Bis die Uhr klingelte, hatte Steve die Ausstechformen und ein Nudelholz bereits hervorgeholt. Die Kinder unterhielten sich schon wieder lautstark über alles Mögliche, nur Dustin blieb in seiner Nähe und starrte gebannt auf den Wecker. Er müsste jeden Moment klingeln.
„Ich kann es kaum erwarten, unsere Plätzchen zu essen“, murmelte er.
„Hätte ich mir denken können.“
Der Wecker klingelte und alle fuhren gleichzeitig zusammen.
Elfie durchquerte den Raum und öffnete die Kühlschranktür ausnahmsweise so, wie es wahrscheinlich jeder Mensch ohne Superkräfte getan hätte.
Sie brachte den Teig zum Tisch, wo Dustin sich das Nudelholz schnappte.
Steve half Max dabei, den Teig auszuwickeln. „Jetzt nimmt sich jeder einen Ausstecher“, ordnete er an.

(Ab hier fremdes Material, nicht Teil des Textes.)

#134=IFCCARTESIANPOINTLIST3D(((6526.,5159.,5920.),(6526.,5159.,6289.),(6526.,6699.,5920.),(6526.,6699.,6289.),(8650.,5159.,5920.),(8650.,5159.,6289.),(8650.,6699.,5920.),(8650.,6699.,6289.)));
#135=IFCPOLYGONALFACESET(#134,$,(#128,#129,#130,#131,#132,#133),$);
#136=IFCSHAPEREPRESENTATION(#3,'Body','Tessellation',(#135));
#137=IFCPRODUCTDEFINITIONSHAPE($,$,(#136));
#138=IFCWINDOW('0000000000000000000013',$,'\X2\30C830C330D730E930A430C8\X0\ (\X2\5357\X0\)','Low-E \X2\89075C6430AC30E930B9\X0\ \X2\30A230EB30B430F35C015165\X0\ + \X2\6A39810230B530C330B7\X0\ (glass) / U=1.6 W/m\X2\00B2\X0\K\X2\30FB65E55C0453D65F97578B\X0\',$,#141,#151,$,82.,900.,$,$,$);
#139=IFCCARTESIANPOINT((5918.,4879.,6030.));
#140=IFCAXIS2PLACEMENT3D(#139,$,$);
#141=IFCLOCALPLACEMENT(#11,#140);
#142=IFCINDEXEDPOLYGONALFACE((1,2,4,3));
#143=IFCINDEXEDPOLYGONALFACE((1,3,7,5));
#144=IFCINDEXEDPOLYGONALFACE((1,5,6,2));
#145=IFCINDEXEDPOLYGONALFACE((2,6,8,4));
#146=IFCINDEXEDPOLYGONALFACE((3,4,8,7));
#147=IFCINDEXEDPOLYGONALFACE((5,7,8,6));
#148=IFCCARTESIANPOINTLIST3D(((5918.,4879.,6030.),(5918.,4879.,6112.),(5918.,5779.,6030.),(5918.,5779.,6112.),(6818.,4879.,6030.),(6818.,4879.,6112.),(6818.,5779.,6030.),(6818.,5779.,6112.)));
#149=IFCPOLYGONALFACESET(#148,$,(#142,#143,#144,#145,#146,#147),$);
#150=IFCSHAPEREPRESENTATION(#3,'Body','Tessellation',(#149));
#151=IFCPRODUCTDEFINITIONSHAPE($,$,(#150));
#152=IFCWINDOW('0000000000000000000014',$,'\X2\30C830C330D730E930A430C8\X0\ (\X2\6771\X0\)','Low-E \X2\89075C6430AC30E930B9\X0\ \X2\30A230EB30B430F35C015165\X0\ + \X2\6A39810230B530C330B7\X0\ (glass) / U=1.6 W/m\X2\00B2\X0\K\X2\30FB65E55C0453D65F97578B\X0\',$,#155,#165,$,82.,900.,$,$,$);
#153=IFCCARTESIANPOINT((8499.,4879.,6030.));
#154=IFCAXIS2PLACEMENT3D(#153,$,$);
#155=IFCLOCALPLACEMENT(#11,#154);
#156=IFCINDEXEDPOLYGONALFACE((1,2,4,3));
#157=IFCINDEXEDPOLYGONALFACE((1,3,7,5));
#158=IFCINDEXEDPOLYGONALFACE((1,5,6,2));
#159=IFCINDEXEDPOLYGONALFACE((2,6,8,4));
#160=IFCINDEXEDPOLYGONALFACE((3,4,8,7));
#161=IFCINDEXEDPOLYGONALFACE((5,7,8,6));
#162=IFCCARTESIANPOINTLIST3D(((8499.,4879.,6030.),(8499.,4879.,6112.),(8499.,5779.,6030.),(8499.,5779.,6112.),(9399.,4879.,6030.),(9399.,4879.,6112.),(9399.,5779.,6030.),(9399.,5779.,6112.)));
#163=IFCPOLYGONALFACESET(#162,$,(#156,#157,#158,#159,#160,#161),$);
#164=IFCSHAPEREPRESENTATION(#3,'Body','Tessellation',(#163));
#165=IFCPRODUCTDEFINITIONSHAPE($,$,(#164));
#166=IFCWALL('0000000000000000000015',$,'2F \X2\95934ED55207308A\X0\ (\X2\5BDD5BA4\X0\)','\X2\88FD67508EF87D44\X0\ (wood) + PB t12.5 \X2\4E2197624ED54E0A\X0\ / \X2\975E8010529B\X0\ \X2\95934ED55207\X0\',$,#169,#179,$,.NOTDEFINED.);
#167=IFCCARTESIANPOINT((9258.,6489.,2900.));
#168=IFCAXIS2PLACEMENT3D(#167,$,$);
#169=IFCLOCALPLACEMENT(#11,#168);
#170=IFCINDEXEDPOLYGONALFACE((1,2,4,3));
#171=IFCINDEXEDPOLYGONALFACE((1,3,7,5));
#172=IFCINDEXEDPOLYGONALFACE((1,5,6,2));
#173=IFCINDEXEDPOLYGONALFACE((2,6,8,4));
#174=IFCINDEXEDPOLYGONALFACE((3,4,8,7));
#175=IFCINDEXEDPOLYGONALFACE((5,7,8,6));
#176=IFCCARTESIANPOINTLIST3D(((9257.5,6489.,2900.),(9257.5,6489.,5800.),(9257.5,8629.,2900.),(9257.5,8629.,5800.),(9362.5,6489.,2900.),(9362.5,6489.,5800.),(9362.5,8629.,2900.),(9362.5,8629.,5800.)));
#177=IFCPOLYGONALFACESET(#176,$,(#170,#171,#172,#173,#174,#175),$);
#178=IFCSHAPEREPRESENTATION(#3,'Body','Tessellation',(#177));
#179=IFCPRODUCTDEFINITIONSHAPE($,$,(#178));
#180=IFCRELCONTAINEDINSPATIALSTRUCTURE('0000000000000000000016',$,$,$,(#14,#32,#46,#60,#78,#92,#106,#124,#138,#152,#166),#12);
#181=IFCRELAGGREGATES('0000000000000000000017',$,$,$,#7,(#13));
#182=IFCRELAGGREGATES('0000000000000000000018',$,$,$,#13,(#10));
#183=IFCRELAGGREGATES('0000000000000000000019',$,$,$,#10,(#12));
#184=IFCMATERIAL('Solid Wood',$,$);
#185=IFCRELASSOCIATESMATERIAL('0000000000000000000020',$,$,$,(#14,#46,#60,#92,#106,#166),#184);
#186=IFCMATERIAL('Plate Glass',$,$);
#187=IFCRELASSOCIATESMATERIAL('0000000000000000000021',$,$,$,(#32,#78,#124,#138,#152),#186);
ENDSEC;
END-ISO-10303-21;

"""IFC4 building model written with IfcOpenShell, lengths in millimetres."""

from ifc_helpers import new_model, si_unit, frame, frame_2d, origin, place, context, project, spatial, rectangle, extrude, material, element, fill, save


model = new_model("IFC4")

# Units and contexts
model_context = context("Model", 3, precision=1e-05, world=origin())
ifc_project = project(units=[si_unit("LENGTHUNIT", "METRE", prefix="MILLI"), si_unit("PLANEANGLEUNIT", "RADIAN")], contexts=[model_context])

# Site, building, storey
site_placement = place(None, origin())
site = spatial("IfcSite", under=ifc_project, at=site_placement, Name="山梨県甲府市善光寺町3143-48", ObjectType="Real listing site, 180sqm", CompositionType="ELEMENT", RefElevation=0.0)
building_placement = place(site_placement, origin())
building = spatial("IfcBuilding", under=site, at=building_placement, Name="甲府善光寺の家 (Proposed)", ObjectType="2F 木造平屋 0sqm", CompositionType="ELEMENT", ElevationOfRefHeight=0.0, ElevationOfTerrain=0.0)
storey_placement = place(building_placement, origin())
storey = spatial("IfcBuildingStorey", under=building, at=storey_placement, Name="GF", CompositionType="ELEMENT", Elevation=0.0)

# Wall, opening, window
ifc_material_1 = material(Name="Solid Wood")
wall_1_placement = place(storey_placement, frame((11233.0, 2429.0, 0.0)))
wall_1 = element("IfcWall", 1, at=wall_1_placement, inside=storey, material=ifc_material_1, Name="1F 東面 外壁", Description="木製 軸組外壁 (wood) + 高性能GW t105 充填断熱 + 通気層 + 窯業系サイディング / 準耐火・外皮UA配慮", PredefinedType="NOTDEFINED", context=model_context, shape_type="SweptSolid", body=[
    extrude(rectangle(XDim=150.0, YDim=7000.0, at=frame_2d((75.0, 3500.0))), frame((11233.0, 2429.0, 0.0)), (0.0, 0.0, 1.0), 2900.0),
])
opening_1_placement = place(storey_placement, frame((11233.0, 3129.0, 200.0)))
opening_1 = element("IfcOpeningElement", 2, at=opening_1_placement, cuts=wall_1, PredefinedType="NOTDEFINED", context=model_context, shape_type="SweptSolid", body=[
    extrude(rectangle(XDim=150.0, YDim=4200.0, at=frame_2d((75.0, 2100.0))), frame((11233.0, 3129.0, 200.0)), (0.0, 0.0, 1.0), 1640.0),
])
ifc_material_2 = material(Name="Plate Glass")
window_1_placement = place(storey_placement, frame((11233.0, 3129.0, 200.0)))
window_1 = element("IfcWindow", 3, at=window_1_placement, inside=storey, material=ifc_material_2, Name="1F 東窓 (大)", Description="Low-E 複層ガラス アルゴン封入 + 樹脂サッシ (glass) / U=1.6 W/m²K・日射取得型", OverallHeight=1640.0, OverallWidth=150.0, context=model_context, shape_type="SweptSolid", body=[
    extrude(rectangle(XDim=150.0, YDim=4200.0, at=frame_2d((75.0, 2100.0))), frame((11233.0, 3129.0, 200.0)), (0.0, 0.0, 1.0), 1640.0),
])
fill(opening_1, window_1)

Anschließend kehrte er den Kindern den Rücken zu, heizte den Ofen schon einmal vor, holte die zwei Backblecke daraus und legte Backpapier darauf. „Wenn ihr die Formen ausgestochen habt, legt ihr sie da drauf und dann müssen wir sie nur noch in den Ofen schieben und warten, bis sie fertig gebacken sind.“
Rund um den Tisch gab es Gedränge. Max und Lucas begannen einen Streit, weil der andere beim Ausstechen nicht genügend Abstand und damit die Formen verunstaltet hatte.

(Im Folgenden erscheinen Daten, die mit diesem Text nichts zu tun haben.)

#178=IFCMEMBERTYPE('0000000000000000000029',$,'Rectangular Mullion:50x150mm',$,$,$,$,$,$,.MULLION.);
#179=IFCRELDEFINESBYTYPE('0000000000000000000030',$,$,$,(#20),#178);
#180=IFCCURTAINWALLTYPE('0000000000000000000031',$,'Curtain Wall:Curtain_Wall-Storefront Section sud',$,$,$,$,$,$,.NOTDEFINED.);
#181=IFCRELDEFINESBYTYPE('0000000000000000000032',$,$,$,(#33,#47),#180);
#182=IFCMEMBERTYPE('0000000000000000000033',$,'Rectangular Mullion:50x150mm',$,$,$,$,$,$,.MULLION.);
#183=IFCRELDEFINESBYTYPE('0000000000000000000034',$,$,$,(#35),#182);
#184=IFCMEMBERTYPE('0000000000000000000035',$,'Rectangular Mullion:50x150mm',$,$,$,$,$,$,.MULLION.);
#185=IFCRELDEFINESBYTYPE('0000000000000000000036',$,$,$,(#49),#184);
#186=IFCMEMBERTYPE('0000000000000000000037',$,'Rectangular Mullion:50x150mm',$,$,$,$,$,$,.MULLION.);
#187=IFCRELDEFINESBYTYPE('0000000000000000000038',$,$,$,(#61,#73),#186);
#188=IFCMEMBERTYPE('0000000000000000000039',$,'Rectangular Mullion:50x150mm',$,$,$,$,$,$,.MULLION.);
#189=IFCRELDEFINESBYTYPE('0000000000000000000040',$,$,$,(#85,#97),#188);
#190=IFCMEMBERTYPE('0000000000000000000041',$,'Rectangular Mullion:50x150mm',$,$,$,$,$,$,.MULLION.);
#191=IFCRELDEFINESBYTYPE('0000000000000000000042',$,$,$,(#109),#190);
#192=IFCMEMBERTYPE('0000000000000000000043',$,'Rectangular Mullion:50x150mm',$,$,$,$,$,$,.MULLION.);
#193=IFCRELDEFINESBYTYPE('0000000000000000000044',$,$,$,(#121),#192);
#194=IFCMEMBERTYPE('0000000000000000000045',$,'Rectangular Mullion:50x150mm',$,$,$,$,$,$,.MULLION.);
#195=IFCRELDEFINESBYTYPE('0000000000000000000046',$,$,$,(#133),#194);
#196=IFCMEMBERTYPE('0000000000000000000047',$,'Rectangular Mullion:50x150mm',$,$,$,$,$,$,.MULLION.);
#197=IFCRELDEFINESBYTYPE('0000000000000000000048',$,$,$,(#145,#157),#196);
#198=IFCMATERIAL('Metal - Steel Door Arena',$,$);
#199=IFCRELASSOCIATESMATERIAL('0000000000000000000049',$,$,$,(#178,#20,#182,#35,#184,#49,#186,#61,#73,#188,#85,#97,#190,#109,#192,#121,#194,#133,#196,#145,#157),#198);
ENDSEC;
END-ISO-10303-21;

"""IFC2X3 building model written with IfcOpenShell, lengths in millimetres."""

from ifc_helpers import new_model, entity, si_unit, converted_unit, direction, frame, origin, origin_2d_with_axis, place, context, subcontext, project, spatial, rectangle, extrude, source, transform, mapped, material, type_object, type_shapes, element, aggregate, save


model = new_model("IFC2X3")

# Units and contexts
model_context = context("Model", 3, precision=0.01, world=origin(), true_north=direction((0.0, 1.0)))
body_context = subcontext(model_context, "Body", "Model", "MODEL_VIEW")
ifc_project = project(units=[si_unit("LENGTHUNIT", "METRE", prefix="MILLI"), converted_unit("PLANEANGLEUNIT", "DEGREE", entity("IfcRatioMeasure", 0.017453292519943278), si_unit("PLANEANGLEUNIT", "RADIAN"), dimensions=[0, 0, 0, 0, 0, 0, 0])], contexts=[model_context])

Steve lehnte sich an den Kühlschrank und versuchte, ruhig zu bleiben. Hätte er gewusst, wie anstrengend Dustins Freunde sein konnten, hätte er dieser Idee niemals zugestimmt.
Sogar Will und Mike blödelten mit Dustin herum und stachen kaum eine Form aus.

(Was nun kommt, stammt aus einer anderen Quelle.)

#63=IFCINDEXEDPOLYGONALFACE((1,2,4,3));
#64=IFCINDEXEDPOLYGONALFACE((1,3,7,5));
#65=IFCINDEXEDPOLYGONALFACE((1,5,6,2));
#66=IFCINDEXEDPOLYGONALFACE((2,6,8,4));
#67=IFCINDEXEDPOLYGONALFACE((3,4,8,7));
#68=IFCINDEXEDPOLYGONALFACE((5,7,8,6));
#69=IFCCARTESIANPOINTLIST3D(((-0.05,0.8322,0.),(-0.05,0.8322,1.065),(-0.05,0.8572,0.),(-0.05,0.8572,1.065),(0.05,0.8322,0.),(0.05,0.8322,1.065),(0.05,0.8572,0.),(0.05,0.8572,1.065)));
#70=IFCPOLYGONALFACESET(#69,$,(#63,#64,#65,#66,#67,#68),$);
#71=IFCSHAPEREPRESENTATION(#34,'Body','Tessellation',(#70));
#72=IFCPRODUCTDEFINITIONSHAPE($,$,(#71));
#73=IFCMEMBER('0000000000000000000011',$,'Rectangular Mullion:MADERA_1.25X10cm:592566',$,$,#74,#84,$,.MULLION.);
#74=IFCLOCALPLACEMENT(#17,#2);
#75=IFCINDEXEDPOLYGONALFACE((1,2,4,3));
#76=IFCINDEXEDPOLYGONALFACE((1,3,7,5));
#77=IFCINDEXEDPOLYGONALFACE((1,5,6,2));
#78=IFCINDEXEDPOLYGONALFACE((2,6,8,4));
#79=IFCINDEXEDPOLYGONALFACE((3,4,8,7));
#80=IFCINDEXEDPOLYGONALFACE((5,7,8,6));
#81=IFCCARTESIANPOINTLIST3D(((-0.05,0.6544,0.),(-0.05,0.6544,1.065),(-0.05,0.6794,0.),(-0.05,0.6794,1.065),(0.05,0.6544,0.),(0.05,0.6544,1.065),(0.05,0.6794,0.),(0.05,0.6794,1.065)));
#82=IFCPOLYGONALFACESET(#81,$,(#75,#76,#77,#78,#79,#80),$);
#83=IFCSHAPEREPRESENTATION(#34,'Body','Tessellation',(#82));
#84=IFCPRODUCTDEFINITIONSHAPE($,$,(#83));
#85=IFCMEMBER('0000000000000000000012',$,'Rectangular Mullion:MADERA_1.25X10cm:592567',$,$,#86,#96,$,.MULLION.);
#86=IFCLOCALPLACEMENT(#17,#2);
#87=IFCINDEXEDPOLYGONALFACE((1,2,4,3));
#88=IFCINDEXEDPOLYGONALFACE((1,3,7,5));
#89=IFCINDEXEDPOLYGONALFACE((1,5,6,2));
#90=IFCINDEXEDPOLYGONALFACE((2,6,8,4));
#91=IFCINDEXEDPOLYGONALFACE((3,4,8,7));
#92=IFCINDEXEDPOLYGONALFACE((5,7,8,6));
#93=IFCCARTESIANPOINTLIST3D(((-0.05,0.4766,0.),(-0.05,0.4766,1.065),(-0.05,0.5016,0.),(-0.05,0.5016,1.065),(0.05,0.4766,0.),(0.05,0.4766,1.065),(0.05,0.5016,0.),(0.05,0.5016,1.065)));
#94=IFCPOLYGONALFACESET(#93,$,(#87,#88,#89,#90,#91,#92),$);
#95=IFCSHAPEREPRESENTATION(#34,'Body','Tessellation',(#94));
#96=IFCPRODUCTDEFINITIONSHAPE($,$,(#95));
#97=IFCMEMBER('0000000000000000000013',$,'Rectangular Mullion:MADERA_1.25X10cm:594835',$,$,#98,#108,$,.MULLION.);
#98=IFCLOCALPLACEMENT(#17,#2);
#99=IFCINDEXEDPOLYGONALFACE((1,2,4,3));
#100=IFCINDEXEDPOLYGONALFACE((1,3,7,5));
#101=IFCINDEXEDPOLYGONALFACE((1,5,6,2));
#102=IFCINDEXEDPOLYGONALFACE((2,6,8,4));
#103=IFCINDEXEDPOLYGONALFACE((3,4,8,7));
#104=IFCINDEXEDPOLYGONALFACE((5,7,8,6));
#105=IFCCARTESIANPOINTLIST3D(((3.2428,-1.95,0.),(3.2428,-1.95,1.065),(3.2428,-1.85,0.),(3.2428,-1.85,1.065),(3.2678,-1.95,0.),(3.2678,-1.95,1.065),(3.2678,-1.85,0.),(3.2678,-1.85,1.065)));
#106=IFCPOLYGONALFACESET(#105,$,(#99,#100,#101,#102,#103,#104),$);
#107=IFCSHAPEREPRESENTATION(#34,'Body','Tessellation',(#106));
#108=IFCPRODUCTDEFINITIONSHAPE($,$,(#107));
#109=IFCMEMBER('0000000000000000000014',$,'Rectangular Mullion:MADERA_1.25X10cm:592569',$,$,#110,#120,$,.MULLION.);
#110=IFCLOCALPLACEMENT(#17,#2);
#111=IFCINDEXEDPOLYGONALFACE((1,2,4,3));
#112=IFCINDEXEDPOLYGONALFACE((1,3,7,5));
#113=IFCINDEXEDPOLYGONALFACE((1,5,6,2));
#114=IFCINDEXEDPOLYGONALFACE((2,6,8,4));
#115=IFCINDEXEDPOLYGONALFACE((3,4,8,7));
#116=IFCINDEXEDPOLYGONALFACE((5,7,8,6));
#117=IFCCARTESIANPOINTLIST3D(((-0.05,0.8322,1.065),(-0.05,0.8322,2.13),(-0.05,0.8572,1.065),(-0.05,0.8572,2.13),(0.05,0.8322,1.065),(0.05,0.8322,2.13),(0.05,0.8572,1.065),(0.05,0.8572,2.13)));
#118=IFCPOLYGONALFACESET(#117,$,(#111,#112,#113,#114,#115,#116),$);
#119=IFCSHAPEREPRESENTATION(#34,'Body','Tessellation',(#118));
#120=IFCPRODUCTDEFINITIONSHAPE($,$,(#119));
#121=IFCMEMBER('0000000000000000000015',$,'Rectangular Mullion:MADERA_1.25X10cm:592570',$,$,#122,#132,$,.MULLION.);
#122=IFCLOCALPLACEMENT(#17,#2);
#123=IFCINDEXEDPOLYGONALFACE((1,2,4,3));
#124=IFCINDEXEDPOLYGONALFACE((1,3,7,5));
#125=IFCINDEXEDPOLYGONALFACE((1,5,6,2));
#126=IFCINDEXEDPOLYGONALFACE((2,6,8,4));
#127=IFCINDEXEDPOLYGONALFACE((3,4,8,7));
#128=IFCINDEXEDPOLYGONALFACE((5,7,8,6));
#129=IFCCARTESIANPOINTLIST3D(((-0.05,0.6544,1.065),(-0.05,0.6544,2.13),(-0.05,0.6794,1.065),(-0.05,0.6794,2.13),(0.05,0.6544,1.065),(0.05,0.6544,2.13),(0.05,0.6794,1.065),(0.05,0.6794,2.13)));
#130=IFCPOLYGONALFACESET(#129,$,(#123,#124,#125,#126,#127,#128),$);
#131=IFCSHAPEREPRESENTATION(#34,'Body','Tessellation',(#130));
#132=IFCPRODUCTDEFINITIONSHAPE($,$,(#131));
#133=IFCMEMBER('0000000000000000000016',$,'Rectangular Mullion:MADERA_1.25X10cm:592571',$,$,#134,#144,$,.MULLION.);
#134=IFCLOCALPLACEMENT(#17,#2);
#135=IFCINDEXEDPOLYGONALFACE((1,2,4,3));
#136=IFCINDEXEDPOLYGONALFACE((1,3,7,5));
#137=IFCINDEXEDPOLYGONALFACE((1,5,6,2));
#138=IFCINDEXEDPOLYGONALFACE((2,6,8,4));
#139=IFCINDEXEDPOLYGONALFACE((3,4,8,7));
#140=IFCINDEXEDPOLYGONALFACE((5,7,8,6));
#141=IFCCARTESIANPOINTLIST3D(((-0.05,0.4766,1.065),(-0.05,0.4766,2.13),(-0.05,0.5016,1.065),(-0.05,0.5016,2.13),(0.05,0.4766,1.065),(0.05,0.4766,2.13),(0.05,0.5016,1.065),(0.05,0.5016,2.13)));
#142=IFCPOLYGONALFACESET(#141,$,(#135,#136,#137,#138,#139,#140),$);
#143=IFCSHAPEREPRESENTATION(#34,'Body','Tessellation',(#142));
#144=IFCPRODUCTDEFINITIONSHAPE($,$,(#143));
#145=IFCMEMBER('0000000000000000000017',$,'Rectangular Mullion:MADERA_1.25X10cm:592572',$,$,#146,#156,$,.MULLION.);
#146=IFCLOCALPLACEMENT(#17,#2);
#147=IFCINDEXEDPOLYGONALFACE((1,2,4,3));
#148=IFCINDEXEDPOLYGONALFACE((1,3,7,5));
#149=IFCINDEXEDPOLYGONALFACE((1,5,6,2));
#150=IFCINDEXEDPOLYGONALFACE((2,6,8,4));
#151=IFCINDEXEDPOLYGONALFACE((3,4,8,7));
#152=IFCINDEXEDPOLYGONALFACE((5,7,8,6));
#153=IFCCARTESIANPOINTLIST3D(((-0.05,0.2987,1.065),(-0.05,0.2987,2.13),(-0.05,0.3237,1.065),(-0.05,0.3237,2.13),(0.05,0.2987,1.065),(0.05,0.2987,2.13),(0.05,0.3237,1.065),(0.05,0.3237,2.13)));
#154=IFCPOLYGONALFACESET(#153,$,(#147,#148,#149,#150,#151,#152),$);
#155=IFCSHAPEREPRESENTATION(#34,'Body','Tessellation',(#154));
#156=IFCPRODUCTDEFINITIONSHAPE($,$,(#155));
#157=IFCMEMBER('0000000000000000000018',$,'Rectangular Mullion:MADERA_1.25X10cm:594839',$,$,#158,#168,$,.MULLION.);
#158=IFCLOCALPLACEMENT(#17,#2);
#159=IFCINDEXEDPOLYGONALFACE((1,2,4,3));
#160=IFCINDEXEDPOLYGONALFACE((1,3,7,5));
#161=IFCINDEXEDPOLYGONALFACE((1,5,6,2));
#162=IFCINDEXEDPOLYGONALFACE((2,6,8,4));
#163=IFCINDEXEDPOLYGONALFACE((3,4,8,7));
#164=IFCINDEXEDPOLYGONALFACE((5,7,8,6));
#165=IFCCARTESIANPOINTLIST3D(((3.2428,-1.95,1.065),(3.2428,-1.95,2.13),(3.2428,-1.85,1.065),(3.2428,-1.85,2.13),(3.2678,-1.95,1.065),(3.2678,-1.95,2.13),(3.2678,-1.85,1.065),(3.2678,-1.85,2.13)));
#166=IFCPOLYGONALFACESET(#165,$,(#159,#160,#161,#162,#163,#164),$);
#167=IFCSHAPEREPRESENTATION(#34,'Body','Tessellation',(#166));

Die einzige, die konzentriert Sternchen um Sternchen aus dem Teig stach und zum Blech brachte, war Elfie.
Es sah so aus, als würde es dieses Mal besonders viele sternförmige Plätzchen geben. Dafür lagen am Ende nur wenige Tannenbäume, Glocken, Engel und Sternschnuppen auf dem Blech.
Steve kratzte die letzten Reste des Teigs zusammen. „Dustin, kannst du die Bleche in den Ofen schieben und den Wecker stellen?“, bat er ihn.
Dustin kehrte dem Tisch den Rücken zu. Dann öffnete er den Ofen und schob die beiden Bleche nacheinander hinein. „Wie lange müssen sie gebacken werden?“
Steve wollte auf das Rezept schauen, doch Will war schneller gewesen. „10 Minuten.“
Schon nach wenigen Minuten breitete sich ein leckerer Plätzchengeruch in der Küche aus.
Dustin kniete sich vor den Ofen und begutachtete sein Werk. „Sie riechen genauso wie die von meiner Mutter.“
Steve seufzte erleichtert auf. Anscheinend hatten sie alles richtig gemacht. Er hätte es nicht übers Herz gebracht, die Kinder am Ende enttäuschen zu müssen, weil die Plätzchen, die er mit ihnen gebacken hatte, ungenießbar waren.